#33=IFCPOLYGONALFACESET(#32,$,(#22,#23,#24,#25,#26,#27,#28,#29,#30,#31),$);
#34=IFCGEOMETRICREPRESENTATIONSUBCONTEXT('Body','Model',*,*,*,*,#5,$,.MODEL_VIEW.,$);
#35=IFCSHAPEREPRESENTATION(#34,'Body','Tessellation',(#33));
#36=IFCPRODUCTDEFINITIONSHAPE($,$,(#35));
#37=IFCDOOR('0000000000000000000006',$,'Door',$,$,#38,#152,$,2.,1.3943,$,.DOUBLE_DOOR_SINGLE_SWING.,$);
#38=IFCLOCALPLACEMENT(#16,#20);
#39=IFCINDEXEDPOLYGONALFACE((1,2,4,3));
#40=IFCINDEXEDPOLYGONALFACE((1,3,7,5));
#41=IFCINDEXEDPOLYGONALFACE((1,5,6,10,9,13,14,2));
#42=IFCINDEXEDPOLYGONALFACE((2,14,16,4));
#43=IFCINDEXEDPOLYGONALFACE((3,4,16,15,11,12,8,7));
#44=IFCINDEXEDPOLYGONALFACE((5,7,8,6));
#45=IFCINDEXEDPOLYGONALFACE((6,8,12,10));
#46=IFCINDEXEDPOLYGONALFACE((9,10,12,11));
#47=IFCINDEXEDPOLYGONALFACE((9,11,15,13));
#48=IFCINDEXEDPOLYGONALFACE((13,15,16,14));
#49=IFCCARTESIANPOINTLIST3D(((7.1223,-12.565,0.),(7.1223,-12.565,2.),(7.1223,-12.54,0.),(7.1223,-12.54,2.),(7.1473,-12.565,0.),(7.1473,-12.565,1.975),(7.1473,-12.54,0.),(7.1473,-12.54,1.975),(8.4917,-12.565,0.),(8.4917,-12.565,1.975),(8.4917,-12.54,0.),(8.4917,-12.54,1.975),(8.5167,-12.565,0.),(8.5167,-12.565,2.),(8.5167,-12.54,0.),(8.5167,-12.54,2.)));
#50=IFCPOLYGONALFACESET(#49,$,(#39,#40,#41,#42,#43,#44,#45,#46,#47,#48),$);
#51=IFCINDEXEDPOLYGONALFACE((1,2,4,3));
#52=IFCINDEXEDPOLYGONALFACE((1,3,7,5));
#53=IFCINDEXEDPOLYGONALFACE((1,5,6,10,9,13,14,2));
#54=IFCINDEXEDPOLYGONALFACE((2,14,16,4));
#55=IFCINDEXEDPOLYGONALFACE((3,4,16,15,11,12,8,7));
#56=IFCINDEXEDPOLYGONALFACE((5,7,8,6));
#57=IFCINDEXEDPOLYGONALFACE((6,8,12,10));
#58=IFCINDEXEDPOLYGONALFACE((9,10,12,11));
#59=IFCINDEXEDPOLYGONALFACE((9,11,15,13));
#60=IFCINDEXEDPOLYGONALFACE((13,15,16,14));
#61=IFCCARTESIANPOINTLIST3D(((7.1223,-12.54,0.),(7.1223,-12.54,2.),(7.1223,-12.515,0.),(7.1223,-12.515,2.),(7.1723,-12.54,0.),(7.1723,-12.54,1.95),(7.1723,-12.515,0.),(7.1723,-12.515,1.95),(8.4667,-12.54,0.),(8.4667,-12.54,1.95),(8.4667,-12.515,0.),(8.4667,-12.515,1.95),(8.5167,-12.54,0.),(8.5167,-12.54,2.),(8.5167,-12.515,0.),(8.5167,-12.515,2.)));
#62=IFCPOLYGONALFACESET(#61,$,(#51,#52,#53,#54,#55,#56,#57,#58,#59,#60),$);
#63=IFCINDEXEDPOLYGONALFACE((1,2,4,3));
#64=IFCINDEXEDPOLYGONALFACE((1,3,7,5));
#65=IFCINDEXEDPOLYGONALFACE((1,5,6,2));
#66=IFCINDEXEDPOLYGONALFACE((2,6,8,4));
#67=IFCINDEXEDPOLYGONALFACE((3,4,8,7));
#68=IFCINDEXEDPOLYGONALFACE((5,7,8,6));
○ ○ ○
• _What to produce_: All that belongs in the answer is the run of lines above from the line containing "#41=IFCINDEXEDPOLYGONALFACE((1,5,6,10,9,13,14,2));" through the line containing "#53=IFCINDEXEDPOLYGONALFACE((1,5,6,10,9,13,14,2));", exactly as written.

• _Exercise answer_:
#41=IFCINDEXEDPOLYGONALFACE((1,5,6,10,9,13,14,2));
#42=IFCINDEXEDPOLYGONALFACE((2,14,16,4));
#43=IFCINDEXEDPOLYGONALFACE((3,4,16,15,11,12,8,7));
#44=IFCINDEXEDPOLYGONALFACE((5,7,8,6));
#45=IFCINDEXEDPOLYGONALFACE((6,8,12,10));
#46=IFCINDEXEDPOLYGONALFACE((9,10,12,11));
#47=IFCINDEXEDPOLYGONALFACE((9,11,15,13));
#48=IFCINDEXEDPOLYGONALFACE((13,15,16,14));
#49=IFCCARTESIANPOINTLIST3D(((7.1223,-12.565,0.),(7.1223,-12.565,2.),(7.1223,-12.54,0.),(7.1223,-12.54,2.),(7.1473,-12.565,0.),(7.1473,-12.565,1.975),(7.1473,-12.54,0.),(7.1473,-12.54,1.975),(8.4917,-12.565,0.),(8.4917,-12.565,1.975),(8.4917,-12.54,0.),(8.4917,-12.54,1.975),(8.5167,-12.565,0.),(8.5167,-12.565,2.),(8.5167,-12.54,0.),(8.5167,-12.54,2.)));
#50=IFCPOLYGONALFACESET(#49,$,(#39,#40,#41,#42,#43,#44,#45,#46,#47,#48),$);
#51=IFCINDEXEDPOLYGONALFACE((1,2,4,3));
#52=IFCINDEXEDPOLYGONALFACE((1,3,7,5));
#53=IFCINDEXEDPOLYGONALFACE((1,5,6,10,9,13,14,2));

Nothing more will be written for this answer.